Risk management has become increasingly important as global uncertainties surge. Many factors play a role in the development of Covid-19 pandemic and in that of climate change. Exactly how severe the negative consequences these events will have on the society and how they will hit the economy are unknown. Despite these uncertainties, it can be assumed that if the risks are not well analysed and managed, there will be worrisome consequences in the near future.
Last year I was able to expand my risk management knowledge at the Frankfurt School through the Certified Expert in Risk Management (CERM) course. I received the certificate without the intention of becoming a full-time risk manager: the motivation to learn more about this in my spare time is, in my opinion, a holistic understanding of risk management is essential for solving some of the important problems in sustainable finance (in particular for the development of technical tools).
We can view sustainability through various lenses. One possibility is to look at sustainability from the perspective of risk management. This is particularly helpful when it comes to climate-related financial risks. The Bank of England is considering stress tests for banks with regard to the effects of climate change. This signals that risk-management related measures to address climate-related challenges could emerge from regulations. In addition, as suggested by Kunreuther et al. (2013), a risk-management perspective could be helpful as it would allow for a better examination of a wide range of possible outcomes and the uncertainties surrounding their likelihoods.
By looking at the various classical risk categories and what impact climate-related risks can have on them, we quickly see the close interlinkages:
There is a long history of stress testing for solvency and liquidity risks in banks. Many financial regulators are keen on knowing more about potential implementation methods. Besides the Bank of England, the German Federal Financial Supervisory Authority (BaFin) has recently issued a Guidance Notice on Dealing with Sustainability Risks, considering issues on internal stress-testing. Battiston et al. (2017) conducted a climate stress testing on EU banks. This demonstrates the possibility of analysing climate policies by means of stress tests of financial institutions at macro level. However, the key question to understand is how to apply this at a micro level to individual banks. Today, this is even more challenging as we face a new global risk, the pandemic. We can expect that the stress-testing of sustainability, as well as the risk management in general, will go through serious changes in order to capture all new risk factors and respond to the new challenges.
For people who are interested in taking the course: I learned the risk management “language” and the technical tools commonly used in financial institutions.
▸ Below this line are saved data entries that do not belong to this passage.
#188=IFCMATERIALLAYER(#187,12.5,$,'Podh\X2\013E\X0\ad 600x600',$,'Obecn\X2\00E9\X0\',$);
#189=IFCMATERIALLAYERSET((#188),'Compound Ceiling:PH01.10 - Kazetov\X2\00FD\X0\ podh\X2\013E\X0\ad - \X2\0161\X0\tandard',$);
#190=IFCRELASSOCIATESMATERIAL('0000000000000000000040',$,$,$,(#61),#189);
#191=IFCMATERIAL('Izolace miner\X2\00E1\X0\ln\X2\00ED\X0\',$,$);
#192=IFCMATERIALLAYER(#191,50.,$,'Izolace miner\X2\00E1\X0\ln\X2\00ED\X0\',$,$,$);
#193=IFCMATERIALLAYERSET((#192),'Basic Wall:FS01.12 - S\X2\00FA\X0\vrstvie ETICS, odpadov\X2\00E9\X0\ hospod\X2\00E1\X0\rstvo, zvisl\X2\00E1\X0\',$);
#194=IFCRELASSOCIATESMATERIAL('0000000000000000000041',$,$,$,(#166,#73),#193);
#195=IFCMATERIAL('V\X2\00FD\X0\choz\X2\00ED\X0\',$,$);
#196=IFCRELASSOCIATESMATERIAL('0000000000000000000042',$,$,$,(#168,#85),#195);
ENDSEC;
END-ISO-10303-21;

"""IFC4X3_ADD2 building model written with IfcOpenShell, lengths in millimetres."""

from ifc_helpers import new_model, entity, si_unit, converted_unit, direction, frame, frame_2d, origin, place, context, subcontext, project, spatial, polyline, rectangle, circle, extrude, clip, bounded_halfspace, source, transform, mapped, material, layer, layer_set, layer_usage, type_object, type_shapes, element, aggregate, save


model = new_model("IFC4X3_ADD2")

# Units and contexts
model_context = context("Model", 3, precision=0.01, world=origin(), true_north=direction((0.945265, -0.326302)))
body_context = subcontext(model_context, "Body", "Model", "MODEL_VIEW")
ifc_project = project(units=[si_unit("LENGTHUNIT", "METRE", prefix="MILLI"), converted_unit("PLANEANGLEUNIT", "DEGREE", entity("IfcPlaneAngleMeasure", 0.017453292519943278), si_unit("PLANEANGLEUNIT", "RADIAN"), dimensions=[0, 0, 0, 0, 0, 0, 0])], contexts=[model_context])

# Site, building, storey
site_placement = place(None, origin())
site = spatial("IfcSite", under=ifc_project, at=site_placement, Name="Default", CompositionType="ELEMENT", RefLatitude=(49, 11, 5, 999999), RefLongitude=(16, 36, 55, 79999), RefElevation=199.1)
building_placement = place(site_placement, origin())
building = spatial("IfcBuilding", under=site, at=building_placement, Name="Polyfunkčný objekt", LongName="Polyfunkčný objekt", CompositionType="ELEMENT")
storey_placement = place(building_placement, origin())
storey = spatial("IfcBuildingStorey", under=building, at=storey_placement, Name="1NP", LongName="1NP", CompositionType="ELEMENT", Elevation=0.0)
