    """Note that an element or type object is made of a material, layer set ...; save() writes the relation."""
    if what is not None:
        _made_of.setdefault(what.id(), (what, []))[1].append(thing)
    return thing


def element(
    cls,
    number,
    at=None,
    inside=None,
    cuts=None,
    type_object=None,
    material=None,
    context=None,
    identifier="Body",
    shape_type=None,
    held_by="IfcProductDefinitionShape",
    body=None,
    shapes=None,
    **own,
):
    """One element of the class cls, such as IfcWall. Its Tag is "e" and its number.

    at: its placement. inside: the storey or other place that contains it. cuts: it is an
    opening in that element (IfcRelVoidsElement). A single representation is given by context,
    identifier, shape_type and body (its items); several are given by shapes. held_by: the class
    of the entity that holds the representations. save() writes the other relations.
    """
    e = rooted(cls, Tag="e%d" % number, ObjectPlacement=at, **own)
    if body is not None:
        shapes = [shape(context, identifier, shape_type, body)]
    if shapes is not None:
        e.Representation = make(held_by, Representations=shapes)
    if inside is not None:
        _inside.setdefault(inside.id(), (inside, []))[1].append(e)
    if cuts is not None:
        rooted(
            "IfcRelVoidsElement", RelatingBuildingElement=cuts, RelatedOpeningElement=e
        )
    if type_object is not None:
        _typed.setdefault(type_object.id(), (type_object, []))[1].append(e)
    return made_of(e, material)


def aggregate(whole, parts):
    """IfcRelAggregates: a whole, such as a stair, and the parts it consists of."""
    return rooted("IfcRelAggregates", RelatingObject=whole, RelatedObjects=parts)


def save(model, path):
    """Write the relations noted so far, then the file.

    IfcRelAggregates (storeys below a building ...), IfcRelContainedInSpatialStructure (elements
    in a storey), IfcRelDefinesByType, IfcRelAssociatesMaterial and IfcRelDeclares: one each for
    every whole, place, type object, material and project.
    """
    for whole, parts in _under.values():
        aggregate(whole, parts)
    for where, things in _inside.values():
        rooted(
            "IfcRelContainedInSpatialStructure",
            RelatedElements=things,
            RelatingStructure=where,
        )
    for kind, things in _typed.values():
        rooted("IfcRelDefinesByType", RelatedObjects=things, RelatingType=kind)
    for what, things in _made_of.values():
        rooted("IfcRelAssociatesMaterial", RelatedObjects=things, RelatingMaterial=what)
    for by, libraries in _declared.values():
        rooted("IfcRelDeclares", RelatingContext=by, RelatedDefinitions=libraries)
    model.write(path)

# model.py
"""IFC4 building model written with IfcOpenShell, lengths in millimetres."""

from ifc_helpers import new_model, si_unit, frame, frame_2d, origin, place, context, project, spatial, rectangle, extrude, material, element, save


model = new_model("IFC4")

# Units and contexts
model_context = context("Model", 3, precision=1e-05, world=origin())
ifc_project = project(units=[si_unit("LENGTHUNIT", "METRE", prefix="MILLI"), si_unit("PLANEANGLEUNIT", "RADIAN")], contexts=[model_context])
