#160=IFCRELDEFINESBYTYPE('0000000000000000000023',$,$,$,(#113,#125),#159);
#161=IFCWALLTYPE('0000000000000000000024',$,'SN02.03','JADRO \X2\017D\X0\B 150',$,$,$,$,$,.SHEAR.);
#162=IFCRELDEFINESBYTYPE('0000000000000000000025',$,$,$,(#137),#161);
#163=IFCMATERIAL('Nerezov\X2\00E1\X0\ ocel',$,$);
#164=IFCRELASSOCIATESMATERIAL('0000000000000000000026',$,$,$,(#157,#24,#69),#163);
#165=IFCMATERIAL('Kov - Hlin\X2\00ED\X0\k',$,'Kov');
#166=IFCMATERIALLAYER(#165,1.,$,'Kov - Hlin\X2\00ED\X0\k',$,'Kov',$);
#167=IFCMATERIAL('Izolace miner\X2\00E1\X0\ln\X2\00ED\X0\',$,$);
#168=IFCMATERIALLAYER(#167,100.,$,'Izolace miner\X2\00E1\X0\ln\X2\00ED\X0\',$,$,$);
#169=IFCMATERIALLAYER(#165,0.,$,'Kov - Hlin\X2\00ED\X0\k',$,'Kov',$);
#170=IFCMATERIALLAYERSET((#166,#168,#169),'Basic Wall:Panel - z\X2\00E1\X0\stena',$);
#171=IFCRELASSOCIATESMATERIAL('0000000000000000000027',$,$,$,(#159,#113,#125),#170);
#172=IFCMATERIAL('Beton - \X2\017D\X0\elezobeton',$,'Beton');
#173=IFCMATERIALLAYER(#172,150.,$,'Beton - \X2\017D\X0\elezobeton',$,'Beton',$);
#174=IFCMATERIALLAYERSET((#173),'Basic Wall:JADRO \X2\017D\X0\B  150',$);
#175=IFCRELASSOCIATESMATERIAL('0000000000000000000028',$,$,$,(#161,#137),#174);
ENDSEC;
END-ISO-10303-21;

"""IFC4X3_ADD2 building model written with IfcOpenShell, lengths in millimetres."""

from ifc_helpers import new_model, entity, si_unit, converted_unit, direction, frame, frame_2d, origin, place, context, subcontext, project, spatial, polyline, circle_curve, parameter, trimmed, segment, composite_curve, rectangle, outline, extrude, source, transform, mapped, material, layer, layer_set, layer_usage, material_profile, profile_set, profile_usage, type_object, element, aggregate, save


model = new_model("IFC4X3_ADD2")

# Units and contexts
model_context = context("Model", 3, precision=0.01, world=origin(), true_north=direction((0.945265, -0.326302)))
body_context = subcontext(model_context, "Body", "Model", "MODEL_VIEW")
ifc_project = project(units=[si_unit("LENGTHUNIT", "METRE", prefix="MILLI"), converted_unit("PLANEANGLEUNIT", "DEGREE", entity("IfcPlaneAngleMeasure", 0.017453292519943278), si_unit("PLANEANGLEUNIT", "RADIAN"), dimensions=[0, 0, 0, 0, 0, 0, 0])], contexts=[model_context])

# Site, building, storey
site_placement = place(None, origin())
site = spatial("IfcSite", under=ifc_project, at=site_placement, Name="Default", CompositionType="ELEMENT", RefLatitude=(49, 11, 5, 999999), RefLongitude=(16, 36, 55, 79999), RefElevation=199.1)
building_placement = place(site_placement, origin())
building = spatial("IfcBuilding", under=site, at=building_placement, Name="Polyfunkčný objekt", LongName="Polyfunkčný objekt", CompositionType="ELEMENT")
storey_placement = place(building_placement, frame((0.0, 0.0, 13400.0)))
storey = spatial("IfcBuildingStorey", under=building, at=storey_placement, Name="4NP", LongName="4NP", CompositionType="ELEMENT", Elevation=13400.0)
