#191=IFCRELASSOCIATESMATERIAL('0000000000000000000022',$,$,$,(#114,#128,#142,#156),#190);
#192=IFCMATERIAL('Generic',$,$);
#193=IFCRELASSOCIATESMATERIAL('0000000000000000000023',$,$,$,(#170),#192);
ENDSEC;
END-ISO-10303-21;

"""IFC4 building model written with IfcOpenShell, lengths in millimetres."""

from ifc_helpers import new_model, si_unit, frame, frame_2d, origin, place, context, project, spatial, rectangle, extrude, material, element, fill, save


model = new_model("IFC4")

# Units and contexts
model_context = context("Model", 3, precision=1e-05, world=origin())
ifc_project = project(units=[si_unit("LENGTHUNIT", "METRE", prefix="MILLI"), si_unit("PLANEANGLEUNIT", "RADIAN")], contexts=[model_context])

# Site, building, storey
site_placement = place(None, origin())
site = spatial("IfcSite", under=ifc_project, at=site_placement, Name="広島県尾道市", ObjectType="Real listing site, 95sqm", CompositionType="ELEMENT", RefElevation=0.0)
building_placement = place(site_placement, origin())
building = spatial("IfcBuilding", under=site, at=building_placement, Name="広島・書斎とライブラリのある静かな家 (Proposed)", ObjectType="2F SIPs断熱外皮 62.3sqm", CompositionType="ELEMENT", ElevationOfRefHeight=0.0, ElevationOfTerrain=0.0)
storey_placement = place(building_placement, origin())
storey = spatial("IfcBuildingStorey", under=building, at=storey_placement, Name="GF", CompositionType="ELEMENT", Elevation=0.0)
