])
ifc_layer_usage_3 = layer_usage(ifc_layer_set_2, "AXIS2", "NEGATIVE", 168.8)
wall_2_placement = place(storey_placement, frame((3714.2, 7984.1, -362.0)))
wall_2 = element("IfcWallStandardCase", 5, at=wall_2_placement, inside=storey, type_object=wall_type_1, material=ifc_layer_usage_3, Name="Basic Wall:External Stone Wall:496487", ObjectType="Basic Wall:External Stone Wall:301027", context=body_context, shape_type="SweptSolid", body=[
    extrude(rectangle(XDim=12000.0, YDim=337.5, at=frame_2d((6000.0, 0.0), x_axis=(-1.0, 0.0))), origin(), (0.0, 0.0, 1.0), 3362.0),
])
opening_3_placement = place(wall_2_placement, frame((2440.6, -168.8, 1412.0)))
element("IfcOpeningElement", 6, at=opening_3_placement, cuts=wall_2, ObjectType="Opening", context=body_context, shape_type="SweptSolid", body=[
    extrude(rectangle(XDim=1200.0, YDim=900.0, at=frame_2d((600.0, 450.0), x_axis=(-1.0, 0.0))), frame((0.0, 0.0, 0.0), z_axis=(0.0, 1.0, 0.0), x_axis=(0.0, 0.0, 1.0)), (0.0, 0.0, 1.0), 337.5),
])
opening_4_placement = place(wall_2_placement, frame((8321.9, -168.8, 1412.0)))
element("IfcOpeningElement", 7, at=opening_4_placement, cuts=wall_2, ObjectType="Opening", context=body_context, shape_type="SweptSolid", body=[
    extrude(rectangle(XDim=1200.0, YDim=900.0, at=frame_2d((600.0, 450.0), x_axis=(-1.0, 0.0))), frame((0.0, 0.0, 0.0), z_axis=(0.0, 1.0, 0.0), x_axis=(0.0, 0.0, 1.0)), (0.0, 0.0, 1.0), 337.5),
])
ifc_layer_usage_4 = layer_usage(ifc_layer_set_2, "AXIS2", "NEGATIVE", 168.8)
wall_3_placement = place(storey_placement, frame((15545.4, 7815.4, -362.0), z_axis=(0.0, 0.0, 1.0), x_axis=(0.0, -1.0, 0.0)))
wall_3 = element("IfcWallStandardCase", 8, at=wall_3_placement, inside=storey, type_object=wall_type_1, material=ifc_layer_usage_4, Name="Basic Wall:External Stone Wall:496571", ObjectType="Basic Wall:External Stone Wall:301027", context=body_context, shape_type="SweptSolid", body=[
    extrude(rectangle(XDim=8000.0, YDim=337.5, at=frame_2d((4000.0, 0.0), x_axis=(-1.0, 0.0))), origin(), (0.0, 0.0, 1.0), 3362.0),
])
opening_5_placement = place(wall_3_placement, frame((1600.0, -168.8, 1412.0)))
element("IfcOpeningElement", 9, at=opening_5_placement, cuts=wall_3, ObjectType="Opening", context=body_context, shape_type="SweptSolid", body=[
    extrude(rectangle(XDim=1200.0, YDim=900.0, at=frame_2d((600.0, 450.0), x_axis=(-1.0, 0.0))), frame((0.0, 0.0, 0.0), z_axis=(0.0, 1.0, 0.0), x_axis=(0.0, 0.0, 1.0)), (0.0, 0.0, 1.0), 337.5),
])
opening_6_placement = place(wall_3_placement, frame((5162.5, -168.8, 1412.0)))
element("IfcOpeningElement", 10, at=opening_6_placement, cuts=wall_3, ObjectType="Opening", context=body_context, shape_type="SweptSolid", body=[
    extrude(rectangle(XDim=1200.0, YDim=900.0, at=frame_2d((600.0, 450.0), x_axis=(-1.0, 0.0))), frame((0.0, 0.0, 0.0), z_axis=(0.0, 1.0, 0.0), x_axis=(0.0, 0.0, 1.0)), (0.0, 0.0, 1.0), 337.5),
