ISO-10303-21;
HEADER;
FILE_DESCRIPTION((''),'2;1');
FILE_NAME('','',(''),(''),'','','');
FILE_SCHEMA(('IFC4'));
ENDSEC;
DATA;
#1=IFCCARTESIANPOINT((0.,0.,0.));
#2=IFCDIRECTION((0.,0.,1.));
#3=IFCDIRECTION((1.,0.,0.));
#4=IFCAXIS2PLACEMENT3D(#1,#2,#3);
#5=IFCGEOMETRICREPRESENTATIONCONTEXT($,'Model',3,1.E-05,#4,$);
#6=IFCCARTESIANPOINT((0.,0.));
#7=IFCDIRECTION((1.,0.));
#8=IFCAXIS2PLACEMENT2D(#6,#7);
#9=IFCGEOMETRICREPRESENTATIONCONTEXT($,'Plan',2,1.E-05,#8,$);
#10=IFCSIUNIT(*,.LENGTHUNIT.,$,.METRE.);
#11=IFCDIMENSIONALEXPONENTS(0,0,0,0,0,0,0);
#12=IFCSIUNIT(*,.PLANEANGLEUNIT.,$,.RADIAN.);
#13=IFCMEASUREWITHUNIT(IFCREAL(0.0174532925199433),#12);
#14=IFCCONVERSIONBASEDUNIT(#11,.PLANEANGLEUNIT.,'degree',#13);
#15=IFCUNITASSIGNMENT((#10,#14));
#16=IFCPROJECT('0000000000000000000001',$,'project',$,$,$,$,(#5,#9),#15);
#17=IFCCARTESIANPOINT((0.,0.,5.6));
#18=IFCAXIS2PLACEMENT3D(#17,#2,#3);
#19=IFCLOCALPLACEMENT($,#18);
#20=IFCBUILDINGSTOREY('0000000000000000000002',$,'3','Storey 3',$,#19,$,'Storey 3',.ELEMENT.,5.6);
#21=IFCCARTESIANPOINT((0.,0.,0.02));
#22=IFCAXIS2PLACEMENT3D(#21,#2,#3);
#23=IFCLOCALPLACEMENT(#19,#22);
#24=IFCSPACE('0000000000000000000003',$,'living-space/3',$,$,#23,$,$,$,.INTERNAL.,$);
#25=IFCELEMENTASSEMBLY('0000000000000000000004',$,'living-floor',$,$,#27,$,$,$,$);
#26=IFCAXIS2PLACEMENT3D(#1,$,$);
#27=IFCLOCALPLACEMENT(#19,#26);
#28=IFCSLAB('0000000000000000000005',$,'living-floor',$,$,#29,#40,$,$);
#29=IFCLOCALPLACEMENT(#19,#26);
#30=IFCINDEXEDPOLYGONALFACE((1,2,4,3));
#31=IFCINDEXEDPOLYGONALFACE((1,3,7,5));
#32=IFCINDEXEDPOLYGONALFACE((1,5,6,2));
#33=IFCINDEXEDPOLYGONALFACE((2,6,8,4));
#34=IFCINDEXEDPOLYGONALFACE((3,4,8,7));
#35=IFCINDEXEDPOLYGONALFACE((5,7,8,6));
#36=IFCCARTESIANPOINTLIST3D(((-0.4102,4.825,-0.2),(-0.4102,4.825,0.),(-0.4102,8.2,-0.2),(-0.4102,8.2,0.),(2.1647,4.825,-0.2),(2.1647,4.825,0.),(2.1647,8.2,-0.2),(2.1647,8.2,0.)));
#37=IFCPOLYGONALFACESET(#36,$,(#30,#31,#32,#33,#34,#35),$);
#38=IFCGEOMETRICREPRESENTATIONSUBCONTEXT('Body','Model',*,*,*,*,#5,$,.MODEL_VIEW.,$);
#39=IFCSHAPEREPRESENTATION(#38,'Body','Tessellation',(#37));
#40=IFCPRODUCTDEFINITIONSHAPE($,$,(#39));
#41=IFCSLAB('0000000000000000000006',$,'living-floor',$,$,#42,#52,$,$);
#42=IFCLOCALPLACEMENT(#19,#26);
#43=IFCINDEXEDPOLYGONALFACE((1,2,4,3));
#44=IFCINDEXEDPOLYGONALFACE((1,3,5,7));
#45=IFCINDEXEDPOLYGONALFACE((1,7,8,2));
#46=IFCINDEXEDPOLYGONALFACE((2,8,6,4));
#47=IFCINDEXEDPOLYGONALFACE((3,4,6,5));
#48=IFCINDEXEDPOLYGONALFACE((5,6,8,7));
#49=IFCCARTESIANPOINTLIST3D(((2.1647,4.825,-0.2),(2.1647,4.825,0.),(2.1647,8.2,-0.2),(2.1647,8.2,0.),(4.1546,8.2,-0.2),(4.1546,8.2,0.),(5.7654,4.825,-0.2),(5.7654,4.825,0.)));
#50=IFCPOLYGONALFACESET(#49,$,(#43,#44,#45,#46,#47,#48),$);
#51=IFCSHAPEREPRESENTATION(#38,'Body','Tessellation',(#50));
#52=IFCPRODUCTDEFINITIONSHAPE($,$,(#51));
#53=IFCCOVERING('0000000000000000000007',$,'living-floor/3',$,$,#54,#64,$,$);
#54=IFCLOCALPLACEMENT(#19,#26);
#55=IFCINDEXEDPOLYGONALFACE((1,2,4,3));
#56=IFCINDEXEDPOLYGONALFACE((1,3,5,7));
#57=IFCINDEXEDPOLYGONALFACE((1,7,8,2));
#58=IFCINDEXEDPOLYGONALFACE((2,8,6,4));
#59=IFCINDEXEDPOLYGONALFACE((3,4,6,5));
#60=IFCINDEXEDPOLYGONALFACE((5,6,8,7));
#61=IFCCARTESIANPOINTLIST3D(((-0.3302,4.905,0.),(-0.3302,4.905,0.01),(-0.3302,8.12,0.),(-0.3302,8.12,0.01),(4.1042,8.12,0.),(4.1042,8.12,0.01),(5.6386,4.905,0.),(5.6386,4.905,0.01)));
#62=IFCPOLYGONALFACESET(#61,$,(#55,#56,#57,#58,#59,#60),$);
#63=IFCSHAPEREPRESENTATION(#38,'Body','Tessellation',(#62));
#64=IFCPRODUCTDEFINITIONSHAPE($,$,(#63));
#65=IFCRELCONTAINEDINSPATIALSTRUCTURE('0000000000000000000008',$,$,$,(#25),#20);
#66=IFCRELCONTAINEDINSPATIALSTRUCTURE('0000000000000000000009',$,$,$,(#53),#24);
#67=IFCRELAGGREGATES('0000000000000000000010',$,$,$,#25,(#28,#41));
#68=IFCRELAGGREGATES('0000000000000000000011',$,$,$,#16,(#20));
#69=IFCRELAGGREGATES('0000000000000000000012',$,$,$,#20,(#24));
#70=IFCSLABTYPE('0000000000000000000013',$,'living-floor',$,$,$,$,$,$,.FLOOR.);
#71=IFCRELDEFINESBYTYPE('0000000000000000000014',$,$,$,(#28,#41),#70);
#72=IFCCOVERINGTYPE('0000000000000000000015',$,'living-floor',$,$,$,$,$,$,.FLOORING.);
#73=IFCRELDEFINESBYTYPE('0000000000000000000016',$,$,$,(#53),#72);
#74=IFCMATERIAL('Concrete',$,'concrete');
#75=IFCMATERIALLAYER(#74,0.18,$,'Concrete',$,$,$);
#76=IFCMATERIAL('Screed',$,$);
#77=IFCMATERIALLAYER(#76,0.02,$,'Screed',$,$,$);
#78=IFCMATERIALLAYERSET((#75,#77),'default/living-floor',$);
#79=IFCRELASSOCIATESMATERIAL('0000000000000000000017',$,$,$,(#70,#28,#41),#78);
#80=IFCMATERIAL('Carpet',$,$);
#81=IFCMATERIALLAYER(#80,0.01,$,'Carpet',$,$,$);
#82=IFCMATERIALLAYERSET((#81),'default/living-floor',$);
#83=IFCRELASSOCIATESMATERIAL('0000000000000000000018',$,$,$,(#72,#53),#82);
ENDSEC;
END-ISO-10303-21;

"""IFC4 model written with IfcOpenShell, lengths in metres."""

from ifc_helpers import new_model, entity, si_unit, converted_unit, frame, origin, origin_with_axes, origin_2d_with_axis, place, context, subcontext, project, spatial, polyline, outline, extrude, material, layer, layer_set, layer_usage, type_object, element, aggregate, save


model = new_model("IFC4")

# Units and contexts
model_context = context("Model", 3, precision=1e-05, world=origin_with_axes())
plan_context = context("Plan", 2, precision=1e-05, world=origin_2d_with_axis())
body_context = subcontext(model_context, "Body", "Model", "MODEL_VIEW")
ifc_project = project(units=[si_unit("LENGTHUNIT", "METRE"), converted_unit("PLANEANGLEUNIT", "degree", entity("IfcReal", 0.0174532925199433), si_unit("PLANEANGLEUNIT", "RADIAN"), dimensions=[0, 0, 0, 0, 0, 0, 0])], contexts=[model_context, plan_context])

# Storey
storey_placement = place(None, frame((0.0, 0.0, 5.6), z_axis=(0.0, 0.0, 1.0), x_axis=(1.0, 0.0, 0.0)))
storey = spatial("IfcBuildingStorey", under=ifc_project, at=storey_placement, Name="3", Description="Storey 3", LongName="Storey 3", CompositionType="ELEMENT", Elevation=5.6)

# Element assembly, slabs
assembly_placement = place(storey_placement, frame((0.0, 0.0, -5.6), z_axis=(0.0, 0.0, 1.0), x_axis=(1.0, 0.0, 0.0)))
assembly = element("IfcElementAssembly", 1, at=assembly_placement, inside=storey, Name="living-floor")
ifc_material_1 = material(Name="Concrete", Category="concrete")
ifc_layer_1 = layer(ifc_material_1, 0.18, Name="Concrete")
ifc_material_2 = material(Name="Screed")
ifc_layer_2 = layer(ifc_material_2, 0.02, Name="Screed")
ifc_layer_set_1 = layer_set([ifc_layer_1, ifc_layer_2], Name="default/living-floor")
ifc_layer_usage_1 = layer_usage(ifc_layer_set_1, "AXIS3", "POSITIVE", 0.0)
slab_type = type_object("IfcSlabType", Name="living-floor", PredefinedType="FLOOR", material=ifc_layer_set_1)
slab_1_placement = place(assembly_placement, frame((2.1647, 8.2, 5.4), z_axis=(0.0, 0.0, 1.0), x_axis=(1.0, 0.0, 0.0)))
slab_1 = element("IfcSlab", 2, at=slab_1_placement, type_object=slab_type, material=ifc_layer_usage_1, Name="living-floor", context=body_context, shape_type="SweptSolid", body=[
    extrude(outline(polyline([(0.0, 0.0), (0.0, -3.375), (-2.5749, -3.375), (-2.5749, 0.0), (0.0, 0.0)])), origin(), (0.0, 0.0, 1.0), 0.2),
])
ifc_layer_usage_2 = layer_usage(ifc_layer_set_1, "AXIS3", "POSITIVE", 0.0)
slab_2_placement = place(assembly_placement, frame((2.1647, 8.2, 5.4), z_axis=(0.0, 0.0, 1.0), x_axis=(1.0, 0.0, 0.0)))
slab_2 = element("IfcSlab", 3, at=slab_2_placement, type_object=slab_type, material=ifc_layer_usage_2, Name="living-floor", context=body_context, shape_type="SweptSolid", body=[
    extrude(outline(polyline([(0.0, 0.0), (1.99, 0.0), (3.6007, -3.375), (0.0, -3.375), (0.0, 0.0)])), origin(), (0.0, 0.0, 1.0), 0.2),
])
aggregate(assembly, [slab_1, slab_2])

# Shared definitions
space_placement = place(storey_placement, frame((0.0, 0.0, 0.02), z_axis=(0.0, 0.0, 1.0), x_axis=(1.0, 0.0, 0.0)))
space = spatial("IfcSpace", under=storey, at=space_placement, Name="living-space/3", PredefinedType="INTERNAL")

# Covering
ifc_material_3 = material(Name="Carpet")
ifc_layer_3 = layer(ifc_material_3, 0.01, Name="Carpet")
ifc_layer_set_2 = layer_set([ifc_layer_3], Name="default/living-floor")
ifc_layer_usage_3 = layer_usage(ifc_layer_set_2, "AXIS2", "POSITIVE", 0.0)
covering_type = type_object("IfcCoveringType", Name="living-floor", PredefinedType="FLOORING", material=ifc_layer_set_2)
covering_placement = place(space_placement, frame((0.0, 0.0, -0.02), z_axis=(0.0, 0.0, 1.0), x_axis=(1.0, 0.0, 0.0)))
element("IfcCovering", 4, at=covering_placement, inside=space, type_object=covering_type, material=ifc_layer_usage_3, Name="living-floor/3", context=body_context, shape_type="SweptSolid", body=[
    extrude(outline(polyline([(5.6386, 4.905), (4.1042, 8.12), (-0.3302, 8.12), (-0.3302, 4.905), (5.6386, 4.905)])), origin_with_axes(), (0.0, 0.0, 1.0), 0.01),
])

save(model, "model.ifc")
It covers the major types of risks: credit risk, operational risk, interest risk, foreign exchange risk, and liquidity risk, etc. My personal favourite parts are the maturity gap analysis and liquidity risk management. Though CERM has a traditional risk management focus (less about sustainability risks), I find the course contents rich and helpful.
I am looking forward to combining this knowledge with my research in sustainable finance in the near future.